[[ Data shown open ]]
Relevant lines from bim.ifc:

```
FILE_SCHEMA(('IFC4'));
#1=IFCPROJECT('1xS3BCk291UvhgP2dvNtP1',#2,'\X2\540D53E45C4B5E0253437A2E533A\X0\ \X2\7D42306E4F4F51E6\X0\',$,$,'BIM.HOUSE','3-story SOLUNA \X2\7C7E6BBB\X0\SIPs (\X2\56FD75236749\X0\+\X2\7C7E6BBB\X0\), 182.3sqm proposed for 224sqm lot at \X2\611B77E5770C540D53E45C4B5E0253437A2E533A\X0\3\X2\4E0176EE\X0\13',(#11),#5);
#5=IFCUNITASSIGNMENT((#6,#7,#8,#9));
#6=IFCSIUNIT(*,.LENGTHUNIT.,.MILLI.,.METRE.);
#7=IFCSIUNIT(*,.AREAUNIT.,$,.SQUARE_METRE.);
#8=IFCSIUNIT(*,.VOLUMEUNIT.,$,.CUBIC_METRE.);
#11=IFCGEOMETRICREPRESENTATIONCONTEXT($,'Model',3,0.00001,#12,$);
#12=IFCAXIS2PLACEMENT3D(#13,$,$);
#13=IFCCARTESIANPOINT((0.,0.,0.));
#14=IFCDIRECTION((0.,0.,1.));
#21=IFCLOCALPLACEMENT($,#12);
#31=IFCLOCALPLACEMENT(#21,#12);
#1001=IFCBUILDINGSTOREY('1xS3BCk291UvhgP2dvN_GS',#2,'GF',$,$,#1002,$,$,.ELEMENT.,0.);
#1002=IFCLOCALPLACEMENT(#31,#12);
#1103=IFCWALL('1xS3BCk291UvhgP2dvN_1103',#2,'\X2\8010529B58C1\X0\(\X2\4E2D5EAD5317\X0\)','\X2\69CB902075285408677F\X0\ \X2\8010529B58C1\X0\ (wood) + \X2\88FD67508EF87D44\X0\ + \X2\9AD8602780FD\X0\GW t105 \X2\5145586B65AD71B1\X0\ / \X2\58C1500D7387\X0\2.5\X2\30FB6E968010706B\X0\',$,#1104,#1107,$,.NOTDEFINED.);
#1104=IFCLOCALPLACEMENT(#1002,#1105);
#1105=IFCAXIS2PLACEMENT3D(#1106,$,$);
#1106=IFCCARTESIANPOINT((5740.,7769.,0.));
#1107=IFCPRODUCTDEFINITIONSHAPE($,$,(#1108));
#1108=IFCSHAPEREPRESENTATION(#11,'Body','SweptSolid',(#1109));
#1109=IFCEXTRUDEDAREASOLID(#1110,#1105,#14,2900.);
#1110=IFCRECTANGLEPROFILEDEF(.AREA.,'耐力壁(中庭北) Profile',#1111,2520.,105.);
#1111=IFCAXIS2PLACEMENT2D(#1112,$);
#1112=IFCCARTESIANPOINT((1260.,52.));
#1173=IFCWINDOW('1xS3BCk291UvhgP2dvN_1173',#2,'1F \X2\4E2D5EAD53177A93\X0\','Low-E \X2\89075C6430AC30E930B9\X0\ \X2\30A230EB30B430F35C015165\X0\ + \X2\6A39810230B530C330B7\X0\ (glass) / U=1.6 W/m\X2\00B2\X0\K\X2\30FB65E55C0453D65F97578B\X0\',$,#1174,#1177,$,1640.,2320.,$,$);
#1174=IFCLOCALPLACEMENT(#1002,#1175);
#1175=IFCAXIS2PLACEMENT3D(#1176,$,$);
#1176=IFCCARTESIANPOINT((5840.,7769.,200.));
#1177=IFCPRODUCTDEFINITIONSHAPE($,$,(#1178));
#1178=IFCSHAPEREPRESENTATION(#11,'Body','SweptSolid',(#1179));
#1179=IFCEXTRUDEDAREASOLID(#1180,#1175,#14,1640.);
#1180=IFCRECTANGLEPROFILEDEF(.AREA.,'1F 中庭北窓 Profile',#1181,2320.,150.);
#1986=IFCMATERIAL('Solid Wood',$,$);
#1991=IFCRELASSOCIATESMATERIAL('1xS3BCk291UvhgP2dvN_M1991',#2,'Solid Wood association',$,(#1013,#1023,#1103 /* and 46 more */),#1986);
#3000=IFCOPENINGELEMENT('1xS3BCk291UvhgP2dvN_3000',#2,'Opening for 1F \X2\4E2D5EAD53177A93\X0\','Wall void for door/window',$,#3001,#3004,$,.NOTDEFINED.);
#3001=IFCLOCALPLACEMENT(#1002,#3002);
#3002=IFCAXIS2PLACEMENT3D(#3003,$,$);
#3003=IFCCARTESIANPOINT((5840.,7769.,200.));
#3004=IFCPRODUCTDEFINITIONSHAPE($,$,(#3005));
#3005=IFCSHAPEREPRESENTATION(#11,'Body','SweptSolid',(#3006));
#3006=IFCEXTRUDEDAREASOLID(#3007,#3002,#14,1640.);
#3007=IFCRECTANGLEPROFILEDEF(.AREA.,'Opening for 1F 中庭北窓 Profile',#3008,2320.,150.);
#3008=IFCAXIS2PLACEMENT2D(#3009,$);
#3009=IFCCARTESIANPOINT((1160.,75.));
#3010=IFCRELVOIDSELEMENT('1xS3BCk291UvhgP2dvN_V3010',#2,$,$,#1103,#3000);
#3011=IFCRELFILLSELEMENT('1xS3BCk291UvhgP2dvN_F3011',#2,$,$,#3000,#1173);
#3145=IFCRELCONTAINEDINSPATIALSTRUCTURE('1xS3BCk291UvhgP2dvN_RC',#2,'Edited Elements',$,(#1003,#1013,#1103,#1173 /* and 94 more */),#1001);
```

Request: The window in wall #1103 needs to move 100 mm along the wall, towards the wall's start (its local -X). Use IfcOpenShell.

```python
import ifcopenshell
import ifcopenshell.api.geometry
import ifcopenshell.util.placement

model = ifcopenshell.open("bim.ifc")

window = model.by_id(1173)
opening = window.FillsVoids[0].RelatingOpeningElement
wall = opening.VoidsElements[0].RelatingBuildingElement

wall_matrix = ifcopenshell.util.placement.get_local_placement(wall.ObjectPlacement)
shift = wall_matrix[:3, 0] * -100.0
before = ifcopenshell.util.placement.get_local_placement(window.ObjectPlacement)[:3, 3].copy()

# The window is not placed relative to its opening, so move both.
for product in (opening, window):
    matrix = ifcopenshell.util.placement.get_local_placement(product.ObjectPlacement)
    matrix[:3, 3] += shift
    ifcopenshell.api.geometry.edit_object_placement(model, product=product, matrix=matrix, is_si=False)

after = ifcopenshell.util.placement.get_local_placement(window.ObjectPlacement)[:3, 3]
print("window moved by", (after - before).round(3) + 0.0)

model.write("bim-out.ifc")
```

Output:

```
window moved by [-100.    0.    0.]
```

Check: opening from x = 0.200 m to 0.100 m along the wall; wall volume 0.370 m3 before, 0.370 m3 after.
[[ Data shown closed ]]
- [Goal of the exercise]:
Give back each entry so that it matches the original word for word.

- [Written answer]:
Relevant lines from bim.ifc:

```
FILE_SCHEMA(('IFC4'));
#1=IFCPROJECT('1xS3BCk291UvhgP2dvNtP1',#2,'\X2\540D53E45C4B5E0253437A2E533A\X0\ \X2\7D42306E4F4F51E6\X0\',$,$,'BIM.HOUSE','3-story SOLUNA \X2\7C7E6BBB\X0\SIPs (\X2\56FD75236749\X0\+\X2\7C7E6BBB\X0\), 182.3sqm proposed for 224sqm lot at \X2\611B77E5770C540D53E45C4B5E0253437A2E533A\X0\3\X2\4E0176EE\X0\13',(#11),#5);
#5=IFCUNITASSIGNMENT((#6,#7,#8,#9));
#6=IFCSIUNIT(*,.LENGTHUNIT.,.MILLI.,.METRE.);
#7=IFCSIUNIT(*,.AREAUNIT.,$,.SQUARE_METRE.);
#8=IFCSIUNIT(*,.VOLUMEUNIT.,$,.CUBIC_METRE.);
#11=IFCGEOMETRICREPRESENTATIONCONTEXT($,'Model',3,0.00001,#12,$);
#12=IFCAXIS2PLACEMENT3D(#13,$,$);
#13=IFCCARTESIANPOINT((0.,0.,0.));
#14=IFCDIRECTION((0.,0.,1.));
#21=IFCLOCALPLACEMENT($,#12);
#31=IFCLOCALPLACEMENT(#21,#12);
#1001=IFCBUILDINGSTOREY('1xS3BCk291UvhgP2dvN_GS',#2,'GF',$,$,#1002,$,$,.ELEMENT.,0.);
#1002=IFCLOCALPLACEMENT(#31,#12);
#1103=IFCWALL('1xS3BCk291UvhgP2dvN_1103',#2,'\X2\8010529B58C1\X0\(\X2\4E2D5EAD5317\X0\)','\X2\69CB902075285408677F\X0\ \X2\8010529B58C1\X0\ (wood) + \X2\88FD67508EF87D44\X0\ + \X2\9AD8602780FD\X0\GW t105 \X2\5145586B65AD71B1\X0\ / \X2\58C1500D7387\X0\2.5\X2\30FB6E968010706B\X0\',$,#1104,#1107,$,.NOTDEFINED.);
#1104=IFCLOCALPLACEMENT(#1002,#1105);
#1105=IFCAXIS2PLACEMENT3D(#1106,$,$);
#1106=IFCCARTESIANPOINT((5740.,7769.,0.));
#1107=IFCPRODUCTDEFINITIONSHAPE($,$,(#1108));
#1108=IFCSHAPEREPRESENTATION(#11,'Body','SweptSolid',(#1109));
#1109=IFCEXTRUDEDAREASOLID(#1110,#1105,#14,2900.);
#1110=IFCRECTANGLEPROFILEDEF(.AREA.,'耐力壁(中庭北) Profile',#1111,2520.,105.);
#1111=IFCAXIS2PLACEMENT2D(#1112,$);
#1112=IFCCARTESIANPOINT((1260.,52.));
#1173=IFCWINDOW('1xS3BCk291UvhgP2dvN_1173',#2,'1F \X2\4E2D5EAD53177A93\X0\','Low-E \X2\89075C6430AC30E930B9\X0\ \X2\30A230EB30B430F35C015165\X0\ + \X2\6A39810230B530C330B7\X0\ (glass) / U=1.6 W/m\X2\00B2\X0\K\X2\30FB65E55C0453D65F97578B\X0\',$,#1174,#1177,$,1640.,2320.,$,$);
#1174=IFCLOCALPLACEMENT(#1002,#1175);
#1175=IFCAXIS2PLACEMENT3D(#1176,$,$);
#1176=IFCCARTESIANPOINT((5840.,7769.,200.));
#1177=IFCPRODUCTDEFINITIONSHAPE($,$,(#1178));
#1178=IFCSHAPEREPRESENTATION(#11,'Body','SweptSolid',(#1179));
#1179=IFCEXTRUDEDAREASOLID(#1180,#1175,#14,1640.);
#1180=IFCRECTANGLEPROFILEDEF(.AREA.,'1F 中庭北窓 Profile',#1181,2320.,150.);
#1986=IFCMATERIAL('Solid Wood',$,$);
#1991=IFCRELASSOCIATESMATERIAL('1xS3BCk291UvhgP2dvN_M1991',#2,'Solid Wood association',$,(#1013,#1023,#1103 /* and 46 more */),#1986);
#3000=IFCOPENINGELEMENT('1xS3BCk291UvhgP2dvN_3000',#2,'Opening for 1F \X2\4E2D5EAD53177A93\X0\','Wall void for door/window',$,#3001,#3004,$,.NOTDEFINED.);
#3001=IFCLOCALPLACEMENT(#1002,#3002);
#3002=IFCAXIS2PLACEMENT3D(#3003,$,$);
#3003=IFCCARTESIANPOINT((5840.,7769.,200.));
#3004=IFCPRODUCTDEFINITIONSHAPE($,$,(#3005));
#3005=IFCSHAPEREPRESENTATION(#11,'Body','SweptSolid',(#3006));
#3006=IFCEXTRUDEDAREASOLID(#3007,#3002,#14,1640.);
#3007=IFCRECTANGLEPROFILEDEF(.AREA.,'Opening for 1F 中庭北窓 Profile',#3008,2320.,150.);
#3008=IFCAXIS2PLACEMENT2D(#3009,$);
#3009=IFCCARTESIANPOINT((1160.,75.));
#3010=IFCRELVOIDSELEMENT('1xS3BCk291UvhgP2dvN_V3010',#2,$,$,#1103,#3000);
#3011=IFCRELFILLSELEMENT('1xS3BCk291UvhgP2dvN_F3011',#2,$,$,#3000,#1173);
#3145=IFCRELCONTAINEDINSPATIALSTRUCTURE('1xS3BCk291UvhgP2dvN_RC',#2,'Edited Elements',$,(#1003,#1013,#1103,#1173 /* and 94 more */),#1001);
```

Request: The window in wall #1103 needs to move 100 mm along the wall, towards the wall's start (its local -X). Use IfcOpenShell.

```python
import ifcopenshell
import ifcopenshell.api.geometry
import ifcopenshell.util.placement

model = ifcopenshell.open("bim.ifc")

window = model.by_id(1173)
opening = window.FillsVoids[0].RelatingOpeningElement
wall = opening.VoidsElements[0].RelatingBuildingElement

wall_matrix = ifcopenshell.util.placement.get_local_placement(wall.ObjectPlacement)
shift = wall_matrix[:3, 0] * -100.0
before = ifcopenshell.util.placement.get_local_placement(window.ObjectPlacement)[:3, 3].copy()

# The window is not placed relative to its opening, so move both.
for product in (opening, window):
    matrix = ifcopenshell.util.placement.get_local_placement(product.ObjectPlacement)
    matrix[:3, 3] += shift
    ifcopenshell.api.geometry.edit_object_placement(model, product=product, matrix=matrix, is_si=False)

after = ifcopenshell.util.placement.get_local_placement(window.ObjectPlacement)[:3, 3]
print("window moved by", (after - before).round(3) + 0.0)

model.write("bim-out.ifc")
```

Output:

```
window moved by [-100.    0.    0.]
```

Check: opening from x = 0.200 m to 0.100 m along the wall; wall volume 0.370 m3 before, 0.370 m3 after.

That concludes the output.